Alumna Kate Stepnick returned to campus Wednesday, sharing her circuitous journey from graduate to a rewarding position as camp director at an area facility for children with special needs.

“I absolutely loved being at Penn College and believe that my education prepared me for every single job that I have had over the last 12 years,” she told faculty prior to her visit. “It took me some time to find my passion, but I know that going into human services was the right career path for me.”

Kate Stepnick, a 2007 graduate in applied human services, talks to a Klump Academic Center audience Wednesday. (Photo by Elizabeth E. Winder, assistant professor, human services)
Kate Stepnick, a 2007 graduate in applied human services, talks to a Klump Academic Center audience Wednesday. (Photo by Elizabeth E. Winder, assistant professor, human services)

She worked at Big Brothers Big Sisters, at an adoption/foster care agency and in an Early Head Start program before obtaining her master’s degree in school counseling from Eastern University.

She was employed as a mobile therapist in the Harrisburg area for five years after graduate school, then moved to Millville in July 2018 to join the Camp Victory staff. The site serves more than 1,600 youngsters each year, providing them an accessible summer camp experience.

“What I liked most about Kate’s talk was that she talked about the field of human services and how broad it can feel and that might be overwhelming to decide how to use the degree,” said Sarah S. Moore, human services instructor. “However, the benefit of that is that the possibilities that are out there with this degree are unimaginable.

“She worked several jobs until she was able to find a one that felt like the perfect fit.
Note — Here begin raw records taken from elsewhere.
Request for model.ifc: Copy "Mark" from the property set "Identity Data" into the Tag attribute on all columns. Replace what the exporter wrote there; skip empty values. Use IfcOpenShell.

First a look at what the model holds.

```python
import ifcopenshell
import ifcopenshell.util.element

model = ifcopenshell.open("model.ifc")
print(model.schema)
columns = model.by_type("IfcColumn")
print(len(columns), "columns")
for e in columns[:8]:
    source = ifcopenshell.util.element.get_pset(e, "Identity Data", "Mark")
    target = e.Tag
    print(e.id(), repr(source), repr(target), sep=" | ")
```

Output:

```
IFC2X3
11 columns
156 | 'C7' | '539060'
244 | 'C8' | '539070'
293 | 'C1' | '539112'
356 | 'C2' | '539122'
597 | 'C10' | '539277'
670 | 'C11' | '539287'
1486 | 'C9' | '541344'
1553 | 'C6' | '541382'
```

```python
import ifcopenshell
import ifcopenshell.util.element

model = ifcopenshell.open("model.ifc")

count = 0
for e in model.by_type("IfcColumn"):
    value = ifcopenshell.util.element.get_pset(e, "Identity Data", "Mark")
    current = e.Tag
    if not value or not value.strip() or current == value:
        continue
    e.Tag = value
    count += 1

print(count, "columns updated")

model.write("model_v2.ifc")
```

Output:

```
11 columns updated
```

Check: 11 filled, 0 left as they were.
Her most memorable job experience is seeing children of all ages, regardless of ability, have the opportunity to enter a fully accessible swimming pool, take a ride on a zip line and climb a climbing wall just like ‘any other kid’ – although, for children with disabilities, accessibility isn’t always a guarantee at a traditional camp.”

“She spoke clearly and gave great detail about her experiences and she also inspired me to not give up and to keep on going,” added Ashlee E. Massey, a human services and restorative justice student from Williamsport. “Even if you don’t find an interest in one job, then move around in the field until you find something that you like.”

Classmate Colin G. Browne said he never really thought about being an able-bodied person until Stepnick talked about children who don’t get to experience camp activities.

“It was interesting, and a field of work I never thought of as a possibility,” he said.